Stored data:

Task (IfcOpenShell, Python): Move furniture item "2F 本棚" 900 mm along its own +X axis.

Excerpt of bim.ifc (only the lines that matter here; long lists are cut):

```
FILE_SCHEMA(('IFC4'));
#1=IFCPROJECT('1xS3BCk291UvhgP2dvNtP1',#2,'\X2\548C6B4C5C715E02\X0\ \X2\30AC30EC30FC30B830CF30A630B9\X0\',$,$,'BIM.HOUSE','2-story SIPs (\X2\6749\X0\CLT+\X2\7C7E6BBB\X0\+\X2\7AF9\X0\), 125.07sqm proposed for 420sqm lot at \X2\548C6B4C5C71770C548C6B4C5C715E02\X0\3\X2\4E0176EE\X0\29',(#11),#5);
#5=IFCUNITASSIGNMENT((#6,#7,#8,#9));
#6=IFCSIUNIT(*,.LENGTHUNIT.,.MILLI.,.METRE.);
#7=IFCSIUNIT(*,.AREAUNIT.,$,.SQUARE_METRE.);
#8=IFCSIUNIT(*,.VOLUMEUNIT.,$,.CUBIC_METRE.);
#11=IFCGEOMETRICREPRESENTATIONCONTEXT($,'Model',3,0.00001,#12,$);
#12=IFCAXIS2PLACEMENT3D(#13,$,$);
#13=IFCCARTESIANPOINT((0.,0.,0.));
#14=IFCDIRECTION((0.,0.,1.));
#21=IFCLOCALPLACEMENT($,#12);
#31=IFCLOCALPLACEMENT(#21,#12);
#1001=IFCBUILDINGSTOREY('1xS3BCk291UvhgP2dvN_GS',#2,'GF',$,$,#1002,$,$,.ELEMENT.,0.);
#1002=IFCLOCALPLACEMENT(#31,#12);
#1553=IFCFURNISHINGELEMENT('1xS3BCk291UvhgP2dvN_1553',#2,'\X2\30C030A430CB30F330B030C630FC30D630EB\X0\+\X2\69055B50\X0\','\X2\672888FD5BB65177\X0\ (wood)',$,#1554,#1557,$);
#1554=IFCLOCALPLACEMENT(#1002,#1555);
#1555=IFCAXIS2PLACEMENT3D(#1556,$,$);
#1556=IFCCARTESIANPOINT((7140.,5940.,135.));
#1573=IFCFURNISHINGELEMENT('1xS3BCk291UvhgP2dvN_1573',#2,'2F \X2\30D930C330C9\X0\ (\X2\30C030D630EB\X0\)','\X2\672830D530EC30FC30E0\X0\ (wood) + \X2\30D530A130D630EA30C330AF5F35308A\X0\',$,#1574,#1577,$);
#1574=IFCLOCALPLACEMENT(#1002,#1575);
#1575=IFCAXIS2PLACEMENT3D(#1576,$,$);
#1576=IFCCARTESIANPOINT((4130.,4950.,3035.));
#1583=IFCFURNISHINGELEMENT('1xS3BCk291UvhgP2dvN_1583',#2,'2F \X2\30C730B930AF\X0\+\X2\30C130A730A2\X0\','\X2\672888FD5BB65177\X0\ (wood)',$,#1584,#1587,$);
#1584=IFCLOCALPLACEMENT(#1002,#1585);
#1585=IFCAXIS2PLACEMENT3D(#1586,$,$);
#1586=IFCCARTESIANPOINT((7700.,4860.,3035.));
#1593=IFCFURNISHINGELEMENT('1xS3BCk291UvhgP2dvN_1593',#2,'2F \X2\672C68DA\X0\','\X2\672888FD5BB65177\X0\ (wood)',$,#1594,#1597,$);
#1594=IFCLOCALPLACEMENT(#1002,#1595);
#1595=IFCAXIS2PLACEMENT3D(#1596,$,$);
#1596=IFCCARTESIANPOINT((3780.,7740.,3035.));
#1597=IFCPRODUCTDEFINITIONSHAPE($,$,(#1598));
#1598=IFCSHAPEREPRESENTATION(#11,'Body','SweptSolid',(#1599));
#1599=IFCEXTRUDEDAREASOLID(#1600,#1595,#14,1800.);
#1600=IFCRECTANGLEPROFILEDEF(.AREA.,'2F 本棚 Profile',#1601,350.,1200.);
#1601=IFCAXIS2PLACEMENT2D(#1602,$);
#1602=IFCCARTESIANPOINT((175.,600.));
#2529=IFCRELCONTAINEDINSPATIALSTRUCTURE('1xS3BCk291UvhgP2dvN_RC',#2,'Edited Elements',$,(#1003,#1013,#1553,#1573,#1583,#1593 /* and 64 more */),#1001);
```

```python
import ifcopenshell
import ifcopenshell.api.geometry
import ifcopenshell.util.placement
import ifcopenshell.util.unit

model = ifcopenshell.open("bim.ifc")
unit_scale = ifcopenshell.util.unit.calculate_unit_scale(model)

item = model.by_guid("1xS3BCk291UvhgP2dvN_1593")
matrix = ifcopenshell.util.placement.get_local_placement(item.ObjectPlacement)
matrix[:3, 3] += matrix[:3, 0] * 0.9 / unit_scale
ifcopenshell.api.geometry.edit_object_placement(model, product=item, matrix=matrix, is_si=False)

print(ifcopenshell.util.placement.get_local_placement(item.ObjectPlacement).round(3) + 0.0)

model.write("bim_edited.ifc")
```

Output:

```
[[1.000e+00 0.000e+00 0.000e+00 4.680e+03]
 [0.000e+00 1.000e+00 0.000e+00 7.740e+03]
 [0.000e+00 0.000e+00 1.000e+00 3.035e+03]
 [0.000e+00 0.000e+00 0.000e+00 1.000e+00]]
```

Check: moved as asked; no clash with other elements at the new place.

= Exercise aim =
Retype the entries shown above. Keep every word exactly as it is.

= Solved exercise =
Task (IfcOpenShell, Python): Move furniture item "2F 本棚" 900 mm along its own +X axis.

Excerpt of bim.ifc (only the lines that matter here; long lists are cut):

```
FILE_SCHEMA(('IFC4'));
#1=IFCPROJECT('1xS3BCk291UvhgP2dvNtP1',#2,'\X2\548C6B4C5C715E02\X0\ \X2\30AC30EC30FC30B830CF30A630B9\X0\',$,$,'BIM.HOUSE','2-story SIPs (\X2\6749\X0\CLT+\X2\7C7E6BBB\X0\+\X2\7AF9\X0\), 125.07sqm proposed for 420sqm lot at \X2\548C6B4C5C71770C548C6B4C5C715E02\X0\3\X2\4E0176EE\X0\29',(#11),#5);
#5=IFCUNITASSIGNMENT((#6,#7,#8,#9));
#6=IFCSIUNIT(*,.LENGTHUNIT.,.MILLI.,.METRE.);
#7=IFCSIUNIT(*,.AREAUNIT.,$,.SQUARE_METRE.);
#8=IFCSIUNIT(*,.VOLUMEUNIT.,$,.CUBIC_METRE.);
#11=IFCGEOMETRICREPRESENTATIONCONTEXT($,'Model',3,0.00001,#12,$);
#12=IFCAXIS2PLACEMENT3D(#13,$,$);
#13=IFCCARTESIANPOINT((0.,0.,0.));
#14=IFCDIRECTION((0.,0.,1.));
#21=IFCLOCALPLACEMENT($,#12);
#31=IFCLOCALPLACEMENT(#21,#12);
#1001=IFCBUILDINGSTOREY('1xS3BCk291UvhgP2dvN_GS',#2,'GF',$,$,#1002,$,$,.ELEMENT.,0.);
#1002=IFCLOCALPLACEMENT(#31,#12);
#1553=IFCFURNISHINGELEMENT('1xS3BCk291UvhgP2dvN_1553',#2,'\X2\30C030A430CB30F330B030C630FC30D630EB\X0\+\X2\69055B50\X0\','\X2\672888FD5BB65177\X0\ (wood)',$,#1554,#1557,$);
#1554=IFCLOCALPLACEMENT(#1002,#1555);
#1555=IFCAXIS2PLACEMENT3D(#1556,$,$);
#1556=IFCCARTESIANPOINT((7140.,5940.,135.));
#1573=IFCFURNISHINGELEMENT('1xS3BCk291UvhgP2dvN_1573',#2,'2F \X2\30D930C330C9\X0\ (\X2\30C030D630EB\X0\)','\X2\672830D530EC30FC30E0\X0\ (wood) + \X2\30D530A130D630EA30C330AF5F35308A\X0\',$,#1574,#1577,$);
#1574=IFCLOCALPLACEMENT(#1002,#1575);
#1575=IFCAXIS2PLACEMENT3D(#1576,$,$);
#1576=IFCCARTESIANPOINT((4130.,4950.,3035.));
#1583=IFCFURNISHINGELEMENT('1xS3BCk291UvhgP2dvN_1583',#2,'2F \X2\30C730B930AF\X0\+\X2\30C130A730A2\X0\','\X2\672888FD5BB65177\X0\ (wood)',$,#1584,#1587,$);
#1584=IFCLOCALPLACEMENT(#1002,#1585);
#1585=IFCAXIS2PLACEMENT3D(#1586,$,$);
#1586=IFCCARTESIANPOINT((7700.,4860.,3035.));
#1593=IFCFURNISHINGELEMENT('1xS3BCk291UvhgP2dvN_1593',#2,'2F \X2\672C68DA\X0\','\X2\672888FD5BB65177\X0\ (wood)',$,#1594,#1597,$);
#1594=IFCLOCALPLACEMENT(#1002,#1595);
#1595=IFCAXIS2PLACEMENT3D(#1596,$,$);
#1596=IFCCARTESIANPOINT((3780.,7740.,3035.));
#1597=IFCPRODUCTDEFINITIONSHAPE($,$,(#1598));
#1598=IFCSHAPEREPRESENTATION(#11,'Body','SweptSolid',(#1599));
#1599=IFCEXTRUDEDAREASOLID(#1600,#1595,#14,1800.);
#1600=IFCRECTANGLEPROFILEDEF(.AREA.,'2F 本棚 Profile',#1601,350.,1200.);
#1601=IFCAXIS2PLACEMENT2D(#1602,$);
#1602=IFCCARTESIANPOINT((175.,600.));
#2529=IFCRELCONTAINEDINSPATIALSTRUCTURE('1xS3BCk291UvhgP2dvN_RC',#2,'Edited Elements',$,(#1003,#1013,#1553,#1573,#1583,#1593 /* and 64 more */),#1001);
```

```python
import ifcopenshell
import ifcopenshell.api.geometry
import ifcopenshell.util.placement
import ifcopenshell.util.unit

model = ifcopenshell.open("bim.ifc")
unit_scale = ifcopenshell.util.unit.calculate_unit_scale(model)

item = model.by_guid("1xS3BCk291UvhgP2dvN_1593")
matrix = ifcopenshell.util.placement.get_local_placement(item.ObjectPlacement)
matrix[:3, 3] += matrix[:3, 0] * 0.9 / unit_scale
ifcopenshell.api.geometry.edit_object_placement(model, product=item, matrix=matrix, is_si=False)

print(ifcopenshell.util.placement.get_local_placement(item.ObjectPlacement).round(3) + 0.0)

model.write("bim_edited.ifc")
```

Output:

```
[[1.000e+00 0.000e+00 0.000e+00 4.680e+03]
 [0.000e+00 1.000e+00 0.000e+00 7.740e+03]
 [0.000e+00 0.000e+00 1.000e+00 3.035e+03]
 [0.000e+00 0.000e+00 0.000e+00 1.000e+00]]
```

Check: moved as asked; no clash with other elements at the new place.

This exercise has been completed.